Recorded data:
=== Begin Enclosure ===

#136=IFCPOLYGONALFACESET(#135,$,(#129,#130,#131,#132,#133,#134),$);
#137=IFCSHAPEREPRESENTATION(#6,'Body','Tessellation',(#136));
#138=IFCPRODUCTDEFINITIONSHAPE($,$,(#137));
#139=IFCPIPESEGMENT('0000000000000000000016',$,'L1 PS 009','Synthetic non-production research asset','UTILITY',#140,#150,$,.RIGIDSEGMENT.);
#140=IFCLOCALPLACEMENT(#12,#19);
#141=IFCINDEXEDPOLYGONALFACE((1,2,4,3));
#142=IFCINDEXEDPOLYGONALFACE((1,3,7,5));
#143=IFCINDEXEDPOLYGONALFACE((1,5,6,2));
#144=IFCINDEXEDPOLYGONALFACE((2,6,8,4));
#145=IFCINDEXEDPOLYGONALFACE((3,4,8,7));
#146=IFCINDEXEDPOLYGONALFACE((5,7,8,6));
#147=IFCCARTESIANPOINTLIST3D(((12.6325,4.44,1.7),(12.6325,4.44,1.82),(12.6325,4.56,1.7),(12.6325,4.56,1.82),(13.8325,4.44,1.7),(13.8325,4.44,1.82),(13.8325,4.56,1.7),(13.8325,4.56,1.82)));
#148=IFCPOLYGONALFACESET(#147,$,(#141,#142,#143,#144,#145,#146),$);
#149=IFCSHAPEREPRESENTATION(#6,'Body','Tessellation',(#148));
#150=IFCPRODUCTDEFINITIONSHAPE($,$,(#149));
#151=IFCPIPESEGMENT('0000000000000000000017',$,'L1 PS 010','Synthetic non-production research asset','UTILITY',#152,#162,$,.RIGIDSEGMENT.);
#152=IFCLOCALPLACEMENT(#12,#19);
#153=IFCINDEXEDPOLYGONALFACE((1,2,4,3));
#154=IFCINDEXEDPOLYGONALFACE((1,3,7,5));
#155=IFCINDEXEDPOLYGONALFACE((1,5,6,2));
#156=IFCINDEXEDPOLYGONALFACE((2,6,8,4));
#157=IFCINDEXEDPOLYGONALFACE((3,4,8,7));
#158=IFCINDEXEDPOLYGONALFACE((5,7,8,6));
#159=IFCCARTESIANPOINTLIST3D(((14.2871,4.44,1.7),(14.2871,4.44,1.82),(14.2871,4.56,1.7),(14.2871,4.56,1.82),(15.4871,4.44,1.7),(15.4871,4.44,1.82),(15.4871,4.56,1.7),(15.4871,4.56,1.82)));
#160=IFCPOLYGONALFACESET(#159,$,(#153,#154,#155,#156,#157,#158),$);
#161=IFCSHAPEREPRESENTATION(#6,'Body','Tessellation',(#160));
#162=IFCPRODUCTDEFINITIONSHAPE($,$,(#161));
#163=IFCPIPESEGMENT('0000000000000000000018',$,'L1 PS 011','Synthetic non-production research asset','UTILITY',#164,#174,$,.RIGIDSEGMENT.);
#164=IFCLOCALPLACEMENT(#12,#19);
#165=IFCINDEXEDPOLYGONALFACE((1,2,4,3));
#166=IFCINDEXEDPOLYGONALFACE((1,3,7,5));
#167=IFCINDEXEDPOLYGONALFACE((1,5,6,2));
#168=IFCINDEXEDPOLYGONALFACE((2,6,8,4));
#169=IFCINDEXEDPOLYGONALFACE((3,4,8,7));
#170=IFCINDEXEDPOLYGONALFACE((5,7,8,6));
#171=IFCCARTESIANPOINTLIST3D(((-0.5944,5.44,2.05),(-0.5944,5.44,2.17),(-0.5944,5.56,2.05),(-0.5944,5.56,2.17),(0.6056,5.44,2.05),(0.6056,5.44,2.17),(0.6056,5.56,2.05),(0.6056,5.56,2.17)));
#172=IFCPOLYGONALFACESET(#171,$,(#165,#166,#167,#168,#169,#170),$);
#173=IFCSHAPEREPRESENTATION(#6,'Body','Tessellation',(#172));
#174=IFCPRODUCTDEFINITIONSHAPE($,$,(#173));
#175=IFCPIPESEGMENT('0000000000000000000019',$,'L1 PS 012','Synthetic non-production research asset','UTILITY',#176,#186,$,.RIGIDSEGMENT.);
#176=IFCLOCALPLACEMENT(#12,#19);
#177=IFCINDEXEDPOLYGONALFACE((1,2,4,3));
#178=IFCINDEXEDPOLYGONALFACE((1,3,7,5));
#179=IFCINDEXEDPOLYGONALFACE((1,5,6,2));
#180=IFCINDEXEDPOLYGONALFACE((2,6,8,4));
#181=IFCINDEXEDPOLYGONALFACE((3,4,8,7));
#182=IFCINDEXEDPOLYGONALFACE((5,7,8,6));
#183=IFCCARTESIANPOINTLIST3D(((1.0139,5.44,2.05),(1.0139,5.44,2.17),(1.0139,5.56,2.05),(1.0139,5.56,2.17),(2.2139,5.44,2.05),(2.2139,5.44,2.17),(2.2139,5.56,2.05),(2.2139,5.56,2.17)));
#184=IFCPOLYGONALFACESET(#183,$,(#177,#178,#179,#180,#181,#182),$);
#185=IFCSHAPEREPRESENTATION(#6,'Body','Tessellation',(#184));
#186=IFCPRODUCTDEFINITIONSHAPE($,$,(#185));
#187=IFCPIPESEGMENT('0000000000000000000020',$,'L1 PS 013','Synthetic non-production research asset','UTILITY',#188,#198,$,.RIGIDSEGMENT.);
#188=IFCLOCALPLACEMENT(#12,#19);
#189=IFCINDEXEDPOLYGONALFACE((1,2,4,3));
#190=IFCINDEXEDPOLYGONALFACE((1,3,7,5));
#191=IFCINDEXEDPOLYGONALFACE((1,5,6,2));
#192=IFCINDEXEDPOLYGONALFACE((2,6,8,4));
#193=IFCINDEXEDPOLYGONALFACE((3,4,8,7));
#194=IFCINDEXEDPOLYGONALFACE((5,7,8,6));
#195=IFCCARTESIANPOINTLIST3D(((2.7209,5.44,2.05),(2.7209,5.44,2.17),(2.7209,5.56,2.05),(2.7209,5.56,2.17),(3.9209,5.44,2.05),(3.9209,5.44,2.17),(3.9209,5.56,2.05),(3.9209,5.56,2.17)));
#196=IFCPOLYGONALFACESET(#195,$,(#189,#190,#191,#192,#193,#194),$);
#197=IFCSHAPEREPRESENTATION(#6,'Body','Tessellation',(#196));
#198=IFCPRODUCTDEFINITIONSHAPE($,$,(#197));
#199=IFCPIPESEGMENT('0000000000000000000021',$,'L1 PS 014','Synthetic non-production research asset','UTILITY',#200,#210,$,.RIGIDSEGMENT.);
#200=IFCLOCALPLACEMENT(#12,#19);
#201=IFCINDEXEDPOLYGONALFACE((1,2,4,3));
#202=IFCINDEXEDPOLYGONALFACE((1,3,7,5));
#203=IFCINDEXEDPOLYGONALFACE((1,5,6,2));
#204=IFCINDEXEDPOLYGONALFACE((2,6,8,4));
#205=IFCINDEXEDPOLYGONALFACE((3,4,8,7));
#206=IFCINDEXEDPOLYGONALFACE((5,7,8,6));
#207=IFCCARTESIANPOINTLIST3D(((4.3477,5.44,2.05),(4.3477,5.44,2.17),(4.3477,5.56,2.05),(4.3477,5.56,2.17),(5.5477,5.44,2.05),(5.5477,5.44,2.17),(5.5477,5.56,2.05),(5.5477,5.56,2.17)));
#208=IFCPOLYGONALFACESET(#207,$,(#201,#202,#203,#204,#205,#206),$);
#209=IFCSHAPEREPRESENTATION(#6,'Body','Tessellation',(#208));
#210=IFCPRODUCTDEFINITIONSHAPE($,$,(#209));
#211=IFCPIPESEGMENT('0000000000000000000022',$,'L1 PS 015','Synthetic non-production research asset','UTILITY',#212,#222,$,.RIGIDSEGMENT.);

=== End Enclosure ===

What is required: Up to and including the line with "#144=IFCINDEXEDPOLYGONALFACE((2,6,8,4));", output every line of the records above exactly, starting from the first; output nothing else.

Worked solution:
#136=IFCPOLYGONALFACESET(#135,$,(#129,#130,#131,#132,#133,#134),$);
#137=IFCSHAPEREPRESENTATION(#6,'Body','Tessellation',(#136));
#138=IFCPRODUCTDEFINITIONSHAPE($,$,(#137));
#139=IFCPIPESEGMENT('0000000000000000000016',$,'L1 PS 009','Synthetic non-production research asset','UTILITY',#140,#150,$,.RIGIDSEGMENT.);
#140=IFCLOCALPLACEMENT(#12,#19);
#141=IFCINDEXEDPOLYGONALFACE((1,2,4,3));
#142=IFCINDEXEDPOLYGONALFACE((1,3,7,5));
#143=IFCINDEXEDPOLYGONALFACE((1,5,6,2));
#144=IFCINDEXEDPOLYGONALFACE((2,6,8,4));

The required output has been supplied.